* **WORK REQUEST**
Identify all lines of the data containing the string "SweptSolid" and copy them.

Stored items
= = = =

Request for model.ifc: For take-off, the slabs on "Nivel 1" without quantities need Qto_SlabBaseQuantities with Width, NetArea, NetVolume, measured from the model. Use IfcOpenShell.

First a look at what the model holds.

```python
import ifcopenshell
import ifcopenshell.util.element
import ifcopenshell.util.unit

model = ifcopenshell.open("model.ifc")
print(model.schema)
for unit_type in ("LENGTHUNIT", "AREAUNIT", "VOLUMEUNIT"):
    print(unit_type, ifcopenshell.util.unit.calculate_unit_scale(model, unit_type))
storey = next(s for s in model.by_type("IfcBuildingStorey") if s.Name == "Nivel 1")
slabs = [e for e in ifcopenshell.util.element.get_decomposition(storey) if e.is_a("IfcSlab")]
for e in sorted(slabs, key=lambda e: e.id()):
    print(e.id(), e.is_a(), e.Name, list(ifcopenshell.util.element.get_psets(e, qtos_only=True)), sep=" | ")
```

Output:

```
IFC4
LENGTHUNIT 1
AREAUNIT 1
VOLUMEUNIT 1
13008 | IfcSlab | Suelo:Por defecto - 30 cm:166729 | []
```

```python
import ifcopenshell
import ifcopenshell.api.pset
import ifcopenshell.geom
import ifcopenshell.util.element
import ifcopenshell.util.shape
import ifcopenshell.util.unit

model = ifcopenshell.open("model.ifc")
unit_scale = ifcopenshell.util.unit.calculate_unit_scale(model)
area_scale = ifcopenshell.util.unit.calculate_unit_scale(model, "AREAUNIT")
volume_scale = ifcopenshell.util.unit.calculate_unit_scale(model, "VOLUMEUNIT")
settings = ifcopenshell.geom.settings()

storey = next(s for s in model.by_type("IfcBuildingStorey") if s.Name == "Nivel 1")
slabs = [e for e in ifcopenshell.util.element.get_decomposition(storey) if e.is_a("IfcSlab")]

for e in sorted(slabs, key=lambda e: e.id()):
    if ifcopenshell.util.element.get_psets(e, qtos_only=True, should_inherit=False):
        continue
    # Geometry comes back in metres, in the element's own axes.
    shape = ifcopenshell.geom.create_shape(settings, e)
    values = {
        "Width": ifcopenshell.util.shape.get_z(shape.geometry) / unit_scale,
        "NetArea": ifcopenshell.util.shape.get_footprint_area(shape.geometry) / area_scale,
        "NetVolume": ifcopenshell.util.shape.get_volume(shape.geometry) / volume_scale,
    }
    qto = ifcopenshell.api.pset.add_qto(model, product=e, name="Qto_SlabBaseQuantities")
    ifcopenshell.api.pset.edit_qto(model, qto=qto, properties=values)
    print(e.id(), {k: round(v, 3) for k, v in values.items()})

model.write("model_v2.ifc")
```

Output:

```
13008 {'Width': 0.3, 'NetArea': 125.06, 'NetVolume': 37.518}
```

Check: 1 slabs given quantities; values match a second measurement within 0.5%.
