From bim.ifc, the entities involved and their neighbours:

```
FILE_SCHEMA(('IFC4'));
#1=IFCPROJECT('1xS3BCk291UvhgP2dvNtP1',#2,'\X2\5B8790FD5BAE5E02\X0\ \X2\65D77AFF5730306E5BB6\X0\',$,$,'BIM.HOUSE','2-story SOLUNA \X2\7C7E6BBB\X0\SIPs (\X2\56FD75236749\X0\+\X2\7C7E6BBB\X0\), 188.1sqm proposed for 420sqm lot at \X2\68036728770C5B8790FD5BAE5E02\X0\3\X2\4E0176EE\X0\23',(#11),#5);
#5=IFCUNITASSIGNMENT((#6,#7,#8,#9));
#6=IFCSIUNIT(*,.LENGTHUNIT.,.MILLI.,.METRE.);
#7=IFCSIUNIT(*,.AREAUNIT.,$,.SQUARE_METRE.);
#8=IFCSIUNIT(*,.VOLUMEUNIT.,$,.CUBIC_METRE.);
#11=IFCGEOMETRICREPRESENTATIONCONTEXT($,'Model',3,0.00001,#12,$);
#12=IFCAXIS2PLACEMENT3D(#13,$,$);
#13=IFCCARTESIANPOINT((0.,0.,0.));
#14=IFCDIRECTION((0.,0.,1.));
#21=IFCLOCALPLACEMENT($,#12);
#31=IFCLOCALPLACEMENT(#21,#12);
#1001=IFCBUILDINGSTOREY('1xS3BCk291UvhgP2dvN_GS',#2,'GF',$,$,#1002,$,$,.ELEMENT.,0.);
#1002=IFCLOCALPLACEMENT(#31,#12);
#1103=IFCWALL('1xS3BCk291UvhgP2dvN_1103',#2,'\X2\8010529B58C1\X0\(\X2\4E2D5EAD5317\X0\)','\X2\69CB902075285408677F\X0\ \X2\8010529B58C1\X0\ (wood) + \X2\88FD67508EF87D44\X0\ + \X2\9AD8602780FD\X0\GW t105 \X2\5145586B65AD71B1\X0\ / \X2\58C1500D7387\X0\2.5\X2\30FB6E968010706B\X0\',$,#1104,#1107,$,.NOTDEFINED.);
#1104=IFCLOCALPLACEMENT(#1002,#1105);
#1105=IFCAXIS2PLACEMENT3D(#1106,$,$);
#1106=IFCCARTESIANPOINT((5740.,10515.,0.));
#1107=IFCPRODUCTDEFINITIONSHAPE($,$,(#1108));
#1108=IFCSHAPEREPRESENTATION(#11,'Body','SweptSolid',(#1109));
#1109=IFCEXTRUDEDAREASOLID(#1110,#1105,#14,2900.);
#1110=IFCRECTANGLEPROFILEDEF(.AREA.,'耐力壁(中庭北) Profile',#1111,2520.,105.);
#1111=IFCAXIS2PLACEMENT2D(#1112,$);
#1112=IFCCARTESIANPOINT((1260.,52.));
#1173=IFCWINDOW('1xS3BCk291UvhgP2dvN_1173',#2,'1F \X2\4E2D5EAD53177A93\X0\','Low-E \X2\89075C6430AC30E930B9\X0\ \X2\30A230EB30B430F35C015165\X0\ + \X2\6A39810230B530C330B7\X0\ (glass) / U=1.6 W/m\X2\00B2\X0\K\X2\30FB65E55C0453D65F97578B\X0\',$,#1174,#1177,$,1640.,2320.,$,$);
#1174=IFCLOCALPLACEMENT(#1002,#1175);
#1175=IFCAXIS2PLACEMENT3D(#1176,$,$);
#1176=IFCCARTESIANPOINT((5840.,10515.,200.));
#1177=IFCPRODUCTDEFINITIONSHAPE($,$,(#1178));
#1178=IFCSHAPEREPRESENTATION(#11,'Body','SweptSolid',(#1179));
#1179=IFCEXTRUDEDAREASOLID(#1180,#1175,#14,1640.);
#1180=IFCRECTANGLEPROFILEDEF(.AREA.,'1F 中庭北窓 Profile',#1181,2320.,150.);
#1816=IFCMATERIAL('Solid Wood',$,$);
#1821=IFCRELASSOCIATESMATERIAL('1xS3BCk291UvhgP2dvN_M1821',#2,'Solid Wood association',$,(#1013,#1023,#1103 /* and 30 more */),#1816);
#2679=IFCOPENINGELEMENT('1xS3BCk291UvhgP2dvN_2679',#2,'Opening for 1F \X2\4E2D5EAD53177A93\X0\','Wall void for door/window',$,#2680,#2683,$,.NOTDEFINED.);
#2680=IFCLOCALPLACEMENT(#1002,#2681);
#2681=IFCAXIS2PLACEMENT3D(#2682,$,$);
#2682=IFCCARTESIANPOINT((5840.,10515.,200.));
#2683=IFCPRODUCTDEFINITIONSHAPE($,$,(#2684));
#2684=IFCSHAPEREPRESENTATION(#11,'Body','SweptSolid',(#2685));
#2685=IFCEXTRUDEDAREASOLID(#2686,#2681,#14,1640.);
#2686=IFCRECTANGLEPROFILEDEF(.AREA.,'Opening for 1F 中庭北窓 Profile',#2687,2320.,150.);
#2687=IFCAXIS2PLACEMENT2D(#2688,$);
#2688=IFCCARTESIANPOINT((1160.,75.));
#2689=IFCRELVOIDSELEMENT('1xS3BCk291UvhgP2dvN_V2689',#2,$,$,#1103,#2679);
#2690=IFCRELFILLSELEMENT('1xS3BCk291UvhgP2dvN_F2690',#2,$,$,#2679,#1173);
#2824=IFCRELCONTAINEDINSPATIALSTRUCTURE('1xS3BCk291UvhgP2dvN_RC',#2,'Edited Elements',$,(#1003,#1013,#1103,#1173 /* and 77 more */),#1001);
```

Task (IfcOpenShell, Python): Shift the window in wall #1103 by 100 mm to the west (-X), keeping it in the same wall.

```python
import ifcopenshell
import ifcopenshell.api.geometry
import ifcopenshell.util.placement

model = ifcopenshell.open("bim.ifc")

window = model.by_id(1173)
opening = window.FillsVoids[0].RelatingOpeningElement
wall = opening.VoidsElements[0].RelatingBuildingElement

wall_matrix = ifcopenshell.util.placement.get_local_placement(wall.ObjectPlacement)
shift = wall_matrix[:3, 0] * -100.0
before = ifcopenshell.util.placement.get_local_placement(window.ObjectPlacement)[:3, 3].copy()

# The window is not placed relative to its opening, so move both.
for product in (opening, window):
    matrix = ifcopenshell.util.placement.get_local_placement(product.ObjectPlacement)
    matrix[:3, 3] += shift
    ifcopenshell.api.geometry.edit_object_placement(model, product=product, matrix=matrix, is_si=False)

after = ifcopenshell.util.placement.get_local_placement(window.ObjectPlacement)[:3, 3]
print("window moved by", (after - before).round(3) + 0.0)

model.write("bim_updated.ifc")
```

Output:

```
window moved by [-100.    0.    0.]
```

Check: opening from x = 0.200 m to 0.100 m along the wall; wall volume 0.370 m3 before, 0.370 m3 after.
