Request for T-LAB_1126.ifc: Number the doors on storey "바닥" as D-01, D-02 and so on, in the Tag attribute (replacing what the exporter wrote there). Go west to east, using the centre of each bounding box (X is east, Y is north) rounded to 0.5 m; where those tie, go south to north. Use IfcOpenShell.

First a look at what the model holds.

```python
import ifcopenshell
import ifcopenshell.util.element
import ifcopenshell.util.placement

model = ifcopenshell.open("T-LAB_1126.ifc")
print(model.schema)
storey = next(s for s in model.by_type("IfcBuildingStorey") if s.Name == "바닥")
doors = [e for e in ifcopenshell.util.element.get_decomposition(storey) if e.is_a("IfcDoor")]
for e in sorted(doors, key=lambda e: e.id()):
    origin = ifcopenshell.util.placement.get_local_placement(e.ObjectPlacement)[:3, 3]
    print(e.id(), e.Tag, e.Name, origin.round(2) + 0.0, sep=" | ")
```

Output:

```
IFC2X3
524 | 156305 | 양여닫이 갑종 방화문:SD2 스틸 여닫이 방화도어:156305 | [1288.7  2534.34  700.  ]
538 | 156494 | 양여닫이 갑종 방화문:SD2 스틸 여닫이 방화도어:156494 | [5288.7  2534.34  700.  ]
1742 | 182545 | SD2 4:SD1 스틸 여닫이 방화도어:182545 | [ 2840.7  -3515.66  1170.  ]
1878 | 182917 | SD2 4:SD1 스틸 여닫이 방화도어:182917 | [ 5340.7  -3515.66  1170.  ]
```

```python
import ifcopenshell
import ifcopenshell.geom
import ifcopenshell.util.element
import ifcopenshell.util.shape

model = ifcopenshell.open("T-LAB_1126.ifc")
settings = ifcopenshell.geom.settings()
settings.set("use-world-coords", True)


def centre(element):
    shape = ifcopenshell.geom.create_shape(settings, element)
    return ifcopenshell.util.shape.get_bbox_centroid(shape.geometry)


storey = next(s for s in model.by_type("IfcBuildingStorey") if s.Name == "바닥")
doors = [e for e in ifcopenshell.util.element.get_decomposition(storey) if e.is_a("IfcDoor")]

# Insertion points can sit at a corner or the storey origin, so sort by the geometry (in metres).
centres = {e: centre(e) for e in doors}
doors.sort(key=lambda e: (round(centres[e][0] / 0.5), centres[e][1]))

for i, e in enumerate(doors, start=1):
    number = f"D-{i:02d}"
    e.Tag = number
    print(e.id(), number)

model.write("T-LAB_1126_v2.ifc")
```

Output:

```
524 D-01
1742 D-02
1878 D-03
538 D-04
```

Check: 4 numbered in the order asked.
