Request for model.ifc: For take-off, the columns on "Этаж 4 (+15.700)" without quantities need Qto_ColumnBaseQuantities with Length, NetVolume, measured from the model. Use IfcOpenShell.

First a look at what the model holds.

```python
import ifcopenshell
import ifcopenshell.util.element
import ifcopenshell.util.unit

model = ifcopenshell.open("model.ifc")
print(model.schema)
for unit_type in ("LENGTHUNIT", "AREAUNIT", "VOLUMEUNIT"):
    print(unit_type, ifcopenshell.util.unit.calculate_unit_scale(model, unit_type))
storey = next(s for s in model.by_type("IfcBuildingStorey") if s.Name == "Этаж 4 (+15.700)")
columns = [e for e in ifcopenshell.util.element.get_decomposition(storey) if e.is_a("IfcColumn")]
for e in sorted(columns, key=lambda e: e.id()):
    print(e.id(), e.is_a(), e.Name, list(ifcopenshell.util.element.get_psets(e, qtos_only=True)), sep=" | ")
```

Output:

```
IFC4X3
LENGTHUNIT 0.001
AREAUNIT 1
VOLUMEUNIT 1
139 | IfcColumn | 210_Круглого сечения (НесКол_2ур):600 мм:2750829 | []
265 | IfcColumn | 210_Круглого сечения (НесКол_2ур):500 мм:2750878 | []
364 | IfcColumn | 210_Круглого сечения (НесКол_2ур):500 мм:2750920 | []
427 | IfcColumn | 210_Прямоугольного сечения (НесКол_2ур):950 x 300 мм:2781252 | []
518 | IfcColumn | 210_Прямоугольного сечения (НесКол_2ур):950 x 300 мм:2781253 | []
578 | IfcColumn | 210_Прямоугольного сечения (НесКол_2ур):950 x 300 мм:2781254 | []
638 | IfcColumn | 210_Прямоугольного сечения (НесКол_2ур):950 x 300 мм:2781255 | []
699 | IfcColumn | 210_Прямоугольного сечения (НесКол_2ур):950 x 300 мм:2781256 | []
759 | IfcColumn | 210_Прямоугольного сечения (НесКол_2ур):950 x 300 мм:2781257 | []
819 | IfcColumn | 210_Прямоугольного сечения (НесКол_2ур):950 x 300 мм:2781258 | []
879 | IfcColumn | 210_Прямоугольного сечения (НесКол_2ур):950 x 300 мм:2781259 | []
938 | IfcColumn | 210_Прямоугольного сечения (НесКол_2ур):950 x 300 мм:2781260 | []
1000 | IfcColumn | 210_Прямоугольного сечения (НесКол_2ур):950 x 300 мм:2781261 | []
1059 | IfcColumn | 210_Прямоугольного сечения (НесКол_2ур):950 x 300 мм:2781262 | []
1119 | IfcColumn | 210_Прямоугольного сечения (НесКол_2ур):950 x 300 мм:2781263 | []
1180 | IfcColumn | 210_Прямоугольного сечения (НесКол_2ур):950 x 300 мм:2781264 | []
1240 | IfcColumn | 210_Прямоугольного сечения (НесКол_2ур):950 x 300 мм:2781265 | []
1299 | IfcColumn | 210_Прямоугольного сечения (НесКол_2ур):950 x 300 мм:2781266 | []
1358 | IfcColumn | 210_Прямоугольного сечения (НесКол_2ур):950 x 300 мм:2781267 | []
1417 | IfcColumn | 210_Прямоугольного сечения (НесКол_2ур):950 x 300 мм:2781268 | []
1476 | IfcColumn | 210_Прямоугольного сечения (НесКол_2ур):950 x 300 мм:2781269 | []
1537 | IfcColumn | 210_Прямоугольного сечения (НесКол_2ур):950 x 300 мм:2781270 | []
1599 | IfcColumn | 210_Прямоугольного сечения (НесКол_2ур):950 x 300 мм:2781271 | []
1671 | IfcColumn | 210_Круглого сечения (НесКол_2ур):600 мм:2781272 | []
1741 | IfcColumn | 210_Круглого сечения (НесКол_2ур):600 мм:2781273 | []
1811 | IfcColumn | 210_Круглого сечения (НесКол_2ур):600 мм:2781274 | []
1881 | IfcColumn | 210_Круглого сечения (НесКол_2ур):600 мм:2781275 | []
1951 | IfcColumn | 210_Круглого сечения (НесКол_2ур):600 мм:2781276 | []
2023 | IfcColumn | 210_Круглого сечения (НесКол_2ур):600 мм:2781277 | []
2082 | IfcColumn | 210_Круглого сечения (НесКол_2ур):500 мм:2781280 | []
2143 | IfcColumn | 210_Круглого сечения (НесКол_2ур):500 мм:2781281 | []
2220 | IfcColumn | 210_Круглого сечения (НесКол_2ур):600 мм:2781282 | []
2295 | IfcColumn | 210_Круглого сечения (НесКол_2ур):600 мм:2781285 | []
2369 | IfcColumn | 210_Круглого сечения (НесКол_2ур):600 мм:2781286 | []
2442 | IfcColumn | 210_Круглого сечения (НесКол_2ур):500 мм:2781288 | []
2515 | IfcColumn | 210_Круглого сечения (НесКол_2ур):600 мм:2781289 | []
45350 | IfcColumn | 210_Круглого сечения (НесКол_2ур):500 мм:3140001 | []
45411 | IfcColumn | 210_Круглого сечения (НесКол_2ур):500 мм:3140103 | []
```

```python
import ifcopenshell
import ifcopenshell.api.pset
import ifcopenshell.geom
import ifcopenshell.util.element
import ifcopenshell.util.shape
import ifcopenshell.util.unit

model = ifcopenshell.open("model.ifc")
unit_scale = ifcopenshell.util.unit.calculate_unit_scale(model)
volume_scale = ifcopenshell.util.unit.calculate_unit_scale(model, "VOLUMEUNIT")
settings = ifcopenshell.geom.settings()

storey = next(s for s in model.by_type("IfcBuildingStorey") if s.Name == "Этаж 4 (+15.700)")
columns = [e for e in ifcopenshell.util.element.get_decomposition(storey) if e.is_a("IfcColumn")]

for e in sorted(columns, key=lambda e: e.id()):
    if ifcopenshell.util.element.get_psets(e, qtos_only=True, should_inherit=False):
        continue
    # Geometry comes back in metres, in the element's own axes.
    shape = ifcopenshell.geom.create_shape(settings, e)
    values = {
        "Length": ifcopenshell.util.shape.get_z(shape.geometry) / unit_scale,
        "NetVolume": ifcopenshell.util.shape.get_volume(shape.geometry) / volume_scale,
    }
    qto = ifcopenshell.api.pset.add_qto(model, product=e, name="Qto_ColumnBaseQuantities")
    ifcopenshell.api.pset.edit_qto(model, qto=qto, properties=values)
    print(e.id(), {k: round(v, 3) for k, v in values.items()})

model.write("model-out.ifc")
```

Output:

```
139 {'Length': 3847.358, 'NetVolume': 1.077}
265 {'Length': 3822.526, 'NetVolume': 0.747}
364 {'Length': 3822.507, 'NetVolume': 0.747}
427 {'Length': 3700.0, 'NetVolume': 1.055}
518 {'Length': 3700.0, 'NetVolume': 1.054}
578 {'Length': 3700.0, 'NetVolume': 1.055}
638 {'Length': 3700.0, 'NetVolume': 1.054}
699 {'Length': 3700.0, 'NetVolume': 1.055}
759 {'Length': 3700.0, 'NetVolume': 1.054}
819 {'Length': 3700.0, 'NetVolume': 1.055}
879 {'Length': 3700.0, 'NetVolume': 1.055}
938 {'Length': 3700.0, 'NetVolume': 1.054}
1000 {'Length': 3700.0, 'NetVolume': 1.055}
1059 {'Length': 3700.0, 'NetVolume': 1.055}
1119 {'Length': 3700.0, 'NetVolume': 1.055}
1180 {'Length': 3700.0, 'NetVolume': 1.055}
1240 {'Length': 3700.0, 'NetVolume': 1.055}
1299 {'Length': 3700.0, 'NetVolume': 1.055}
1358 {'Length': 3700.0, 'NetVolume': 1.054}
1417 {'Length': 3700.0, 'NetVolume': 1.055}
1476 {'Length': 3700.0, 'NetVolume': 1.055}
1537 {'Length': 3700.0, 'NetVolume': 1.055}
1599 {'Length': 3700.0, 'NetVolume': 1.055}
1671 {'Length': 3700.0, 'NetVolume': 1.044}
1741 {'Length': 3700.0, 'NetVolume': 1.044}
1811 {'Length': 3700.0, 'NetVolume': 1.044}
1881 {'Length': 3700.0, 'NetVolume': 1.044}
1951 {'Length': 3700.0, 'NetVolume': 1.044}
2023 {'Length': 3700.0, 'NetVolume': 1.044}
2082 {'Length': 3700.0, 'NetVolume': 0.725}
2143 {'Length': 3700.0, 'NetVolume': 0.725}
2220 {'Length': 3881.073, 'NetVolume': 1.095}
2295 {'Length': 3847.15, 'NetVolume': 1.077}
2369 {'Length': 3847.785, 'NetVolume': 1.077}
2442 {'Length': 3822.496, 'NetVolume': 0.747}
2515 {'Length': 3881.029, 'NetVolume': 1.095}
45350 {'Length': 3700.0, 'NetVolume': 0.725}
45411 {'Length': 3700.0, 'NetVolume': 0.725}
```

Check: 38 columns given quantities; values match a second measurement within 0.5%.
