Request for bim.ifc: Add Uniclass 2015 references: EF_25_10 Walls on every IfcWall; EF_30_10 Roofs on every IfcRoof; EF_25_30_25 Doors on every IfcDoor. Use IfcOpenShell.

First a look at what the model holds.

```python
import ifcopenshell

model = ifcopenshell.open("bim.ifc")
print(model.schema)
print("classifications:", [c.Name for c in model.by_type("IfcClassification")])
for ifc_class in ("IfcDoor", "IfcRoof", "IfcStair", "IfcWall", "IfcWindow"):
    print(ifc_class, len(model.by_type(ifc_class)))
```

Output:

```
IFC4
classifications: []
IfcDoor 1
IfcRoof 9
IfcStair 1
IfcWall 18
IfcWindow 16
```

```python
import ifcopenshell
import ifcopenshell.api.classification

model = ifcopenshell.open("bim.ifc")

system = ifcopenshell.api.classification.add_classification(model, classification="Uniclass 2015")

codes = {
    "IfcWall": ("EF_25_10", "Walls"),
    "IfcRoof": ("EF_30_10", "Roofs"),
    "IfcDoor": ("EF_25_30_25", "Doors"),
}
for ifc_class, (code, name) in codes.items():
    products = model.by_type(ifc_class)
    ifcopenshell.api.classification.add_reference(
        model, products=products, classification=system, identification=code, name=name
    )
    print(code, len(products))

model.write("bim_rev.ifc")
```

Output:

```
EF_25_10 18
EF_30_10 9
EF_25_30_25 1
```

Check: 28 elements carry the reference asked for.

= = = =

* **RESULT OF THIS TASK**
#1108=IFCSHAPEREPRESENTATION(#11,'Body','SweptSolid',(#1109));
#1178=IFCSHAPEREPRESENTATION(#11,'Body','SweptSolid',(#1179));
#2684=IFCSHAPEREPRESENTATION(#11,'Body','SweptSolid',(#2685));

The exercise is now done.